## TO DO:
Search the listing below, and show each line that includes the word "IFCINDEXEDPOLYCURVE".
LISTED RECORDS Start Marker
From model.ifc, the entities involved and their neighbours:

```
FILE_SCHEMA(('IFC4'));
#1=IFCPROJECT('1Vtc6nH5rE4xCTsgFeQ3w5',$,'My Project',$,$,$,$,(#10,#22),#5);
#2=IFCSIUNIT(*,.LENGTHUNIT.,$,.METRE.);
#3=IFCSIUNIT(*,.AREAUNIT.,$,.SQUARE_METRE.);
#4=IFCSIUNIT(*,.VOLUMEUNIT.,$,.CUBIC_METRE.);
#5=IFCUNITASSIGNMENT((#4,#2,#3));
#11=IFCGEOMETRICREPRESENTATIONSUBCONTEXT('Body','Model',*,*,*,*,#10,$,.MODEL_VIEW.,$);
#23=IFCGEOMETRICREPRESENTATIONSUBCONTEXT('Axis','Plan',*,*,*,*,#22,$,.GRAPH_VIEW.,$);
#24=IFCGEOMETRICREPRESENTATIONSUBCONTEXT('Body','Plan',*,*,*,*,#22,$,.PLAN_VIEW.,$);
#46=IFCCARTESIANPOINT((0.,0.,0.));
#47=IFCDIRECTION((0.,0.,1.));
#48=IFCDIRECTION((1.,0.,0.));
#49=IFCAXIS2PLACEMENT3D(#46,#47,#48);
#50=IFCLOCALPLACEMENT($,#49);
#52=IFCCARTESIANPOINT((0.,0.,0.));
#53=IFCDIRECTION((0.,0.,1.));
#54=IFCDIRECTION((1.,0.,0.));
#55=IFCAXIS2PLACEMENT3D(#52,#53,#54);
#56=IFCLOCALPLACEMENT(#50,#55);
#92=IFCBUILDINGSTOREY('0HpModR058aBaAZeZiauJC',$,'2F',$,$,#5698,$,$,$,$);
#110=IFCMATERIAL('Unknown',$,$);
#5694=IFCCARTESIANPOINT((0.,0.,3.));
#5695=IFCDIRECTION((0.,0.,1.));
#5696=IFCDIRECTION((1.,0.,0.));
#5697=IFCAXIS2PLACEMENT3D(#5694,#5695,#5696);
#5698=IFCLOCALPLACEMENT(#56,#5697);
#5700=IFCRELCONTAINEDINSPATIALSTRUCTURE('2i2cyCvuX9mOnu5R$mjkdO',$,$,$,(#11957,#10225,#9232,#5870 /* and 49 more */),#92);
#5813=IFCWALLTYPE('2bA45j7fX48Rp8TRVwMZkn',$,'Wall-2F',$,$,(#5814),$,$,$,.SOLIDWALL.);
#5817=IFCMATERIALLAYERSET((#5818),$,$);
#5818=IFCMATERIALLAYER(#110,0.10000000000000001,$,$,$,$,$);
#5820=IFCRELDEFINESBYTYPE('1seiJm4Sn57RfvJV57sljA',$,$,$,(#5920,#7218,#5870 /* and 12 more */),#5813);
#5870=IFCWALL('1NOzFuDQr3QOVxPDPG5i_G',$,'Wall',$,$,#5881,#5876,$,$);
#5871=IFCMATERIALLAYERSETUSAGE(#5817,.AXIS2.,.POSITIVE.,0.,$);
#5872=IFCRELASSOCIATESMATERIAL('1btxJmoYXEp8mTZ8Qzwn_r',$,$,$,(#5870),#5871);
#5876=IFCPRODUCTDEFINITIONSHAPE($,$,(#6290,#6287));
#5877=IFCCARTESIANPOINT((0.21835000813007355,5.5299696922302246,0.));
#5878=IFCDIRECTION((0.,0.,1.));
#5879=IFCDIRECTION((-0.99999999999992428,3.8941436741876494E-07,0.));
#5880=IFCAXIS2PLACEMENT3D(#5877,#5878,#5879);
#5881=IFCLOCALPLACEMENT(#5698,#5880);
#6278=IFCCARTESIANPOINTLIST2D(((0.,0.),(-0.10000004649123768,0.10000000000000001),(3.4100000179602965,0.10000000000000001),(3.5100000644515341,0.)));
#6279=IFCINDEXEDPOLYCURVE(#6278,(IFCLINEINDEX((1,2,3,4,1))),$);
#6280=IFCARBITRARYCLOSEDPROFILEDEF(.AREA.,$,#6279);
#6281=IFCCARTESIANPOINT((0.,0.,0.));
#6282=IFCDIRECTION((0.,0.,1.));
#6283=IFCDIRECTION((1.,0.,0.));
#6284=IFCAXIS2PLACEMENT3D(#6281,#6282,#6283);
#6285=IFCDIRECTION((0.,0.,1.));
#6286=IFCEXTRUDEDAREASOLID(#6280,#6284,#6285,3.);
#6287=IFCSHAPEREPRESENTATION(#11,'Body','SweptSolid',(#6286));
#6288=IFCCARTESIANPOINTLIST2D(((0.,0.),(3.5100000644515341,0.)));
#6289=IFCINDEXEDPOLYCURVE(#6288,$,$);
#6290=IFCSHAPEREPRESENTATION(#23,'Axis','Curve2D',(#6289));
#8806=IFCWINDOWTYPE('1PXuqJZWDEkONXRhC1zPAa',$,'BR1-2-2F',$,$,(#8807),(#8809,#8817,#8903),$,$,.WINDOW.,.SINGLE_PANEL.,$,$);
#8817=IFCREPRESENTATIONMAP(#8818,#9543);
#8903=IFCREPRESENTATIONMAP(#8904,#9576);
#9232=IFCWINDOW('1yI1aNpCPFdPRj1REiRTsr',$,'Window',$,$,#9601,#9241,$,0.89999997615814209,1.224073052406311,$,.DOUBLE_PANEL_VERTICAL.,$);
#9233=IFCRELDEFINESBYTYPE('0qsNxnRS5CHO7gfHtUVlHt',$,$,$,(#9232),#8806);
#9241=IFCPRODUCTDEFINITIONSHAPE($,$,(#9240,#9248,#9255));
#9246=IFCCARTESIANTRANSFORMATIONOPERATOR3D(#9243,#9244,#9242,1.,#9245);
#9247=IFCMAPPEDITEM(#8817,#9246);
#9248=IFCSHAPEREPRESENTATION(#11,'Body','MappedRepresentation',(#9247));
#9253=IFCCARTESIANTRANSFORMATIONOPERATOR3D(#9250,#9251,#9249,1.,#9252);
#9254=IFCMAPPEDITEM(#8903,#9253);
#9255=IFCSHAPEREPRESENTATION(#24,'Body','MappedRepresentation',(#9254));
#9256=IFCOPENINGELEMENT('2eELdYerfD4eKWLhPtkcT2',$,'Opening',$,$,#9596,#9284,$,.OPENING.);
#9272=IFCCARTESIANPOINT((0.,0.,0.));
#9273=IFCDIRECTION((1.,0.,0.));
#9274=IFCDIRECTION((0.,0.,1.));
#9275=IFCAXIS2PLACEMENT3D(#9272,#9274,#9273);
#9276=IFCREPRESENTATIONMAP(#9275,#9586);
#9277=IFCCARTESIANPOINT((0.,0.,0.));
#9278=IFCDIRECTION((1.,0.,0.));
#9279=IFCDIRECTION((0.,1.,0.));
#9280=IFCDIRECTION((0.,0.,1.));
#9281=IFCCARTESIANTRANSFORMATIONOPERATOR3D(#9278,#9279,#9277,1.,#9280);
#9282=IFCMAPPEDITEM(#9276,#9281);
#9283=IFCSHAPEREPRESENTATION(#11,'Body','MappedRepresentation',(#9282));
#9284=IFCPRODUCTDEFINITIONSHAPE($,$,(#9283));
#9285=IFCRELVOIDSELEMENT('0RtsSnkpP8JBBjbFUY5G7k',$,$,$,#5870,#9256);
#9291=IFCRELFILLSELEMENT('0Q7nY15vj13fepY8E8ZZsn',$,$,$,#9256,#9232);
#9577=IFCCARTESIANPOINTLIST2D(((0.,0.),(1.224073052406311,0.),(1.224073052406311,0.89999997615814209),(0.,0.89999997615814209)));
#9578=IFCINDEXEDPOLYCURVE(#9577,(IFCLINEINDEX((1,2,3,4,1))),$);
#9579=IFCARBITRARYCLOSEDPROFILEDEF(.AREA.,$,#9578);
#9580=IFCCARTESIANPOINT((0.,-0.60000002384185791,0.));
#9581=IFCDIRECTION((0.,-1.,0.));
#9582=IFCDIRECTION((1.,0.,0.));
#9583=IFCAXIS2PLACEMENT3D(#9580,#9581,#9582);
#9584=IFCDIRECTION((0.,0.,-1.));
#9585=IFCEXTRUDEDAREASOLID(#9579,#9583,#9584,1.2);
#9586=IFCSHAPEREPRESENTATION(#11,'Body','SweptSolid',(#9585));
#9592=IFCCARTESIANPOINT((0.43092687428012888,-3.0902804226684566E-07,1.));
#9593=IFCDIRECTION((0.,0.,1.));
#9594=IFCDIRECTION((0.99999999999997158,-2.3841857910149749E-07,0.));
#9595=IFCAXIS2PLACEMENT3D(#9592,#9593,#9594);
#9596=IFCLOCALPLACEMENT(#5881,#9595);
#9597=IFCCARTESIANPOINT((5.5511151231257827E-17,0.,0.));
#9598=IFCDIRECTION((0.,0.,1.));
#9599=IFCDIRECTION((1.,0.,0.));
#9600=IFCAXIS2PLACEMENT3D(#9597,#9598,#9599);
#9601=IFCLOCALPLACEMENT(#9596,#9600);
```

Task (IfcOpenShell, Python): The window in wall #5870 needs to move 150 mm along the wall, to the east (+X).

```python
import ifcopenshell
import ifcopenshell.api.geometry
import ifcopenshell.util.placement

model = ifcopenshell.open("model.ifc")

window = model.by_id(9232)
opening = window.FillsVoids[0].RelatingOpeningElement
wall = opening.VoidsElements[0].RelatingBuildingElement

wall_matrix = ifcopenshell.util.placement.get_local_placement(wall.ObjectPlacement)
shift = wall_matrix[:3, 0] * -0.15
before = ifcopenshell.util.placement.get_local_placement(window.ObjectPlacement)[:3, 3].copy()

# The window is placed relative to its opening, so it follows when the opening moves.
matrix = ifcopenshell.util.placement.get_local_placement(opening.ObjectPlacement)
matrix[:3, 3] += shift
ifcopenshell.api.geometry.edit_object_placement(
    model, product=opening, matrix=matrix, is_si=False, should_transform_children=True
)

after = ifcopenshell.util.placement.get_local_placement(window.ObjectPlacement)[:3, 3]
print("window moved by", (after - before).round(3) + 0.0)

model.write("model_edited.ifc")
```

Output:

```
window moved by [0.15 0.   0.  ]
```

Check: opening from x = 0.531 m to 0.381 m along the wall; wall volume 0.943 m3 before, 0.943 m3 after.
LISTED RECORDS End Marker
## EXERCISE SOLUTION:
#6279=IFCINDEXEDPOLYCURVE(#6278,(IFCLINEINDEX((1,2,3,4,1))),$);
#6289=IFCINDEXEDPOLYCURVE(#6288,$,$);
#9578=IFCINDEXEDPOLYCURVE(#9577,(IFCLINEINDEX((1,2,3,4,1))),$);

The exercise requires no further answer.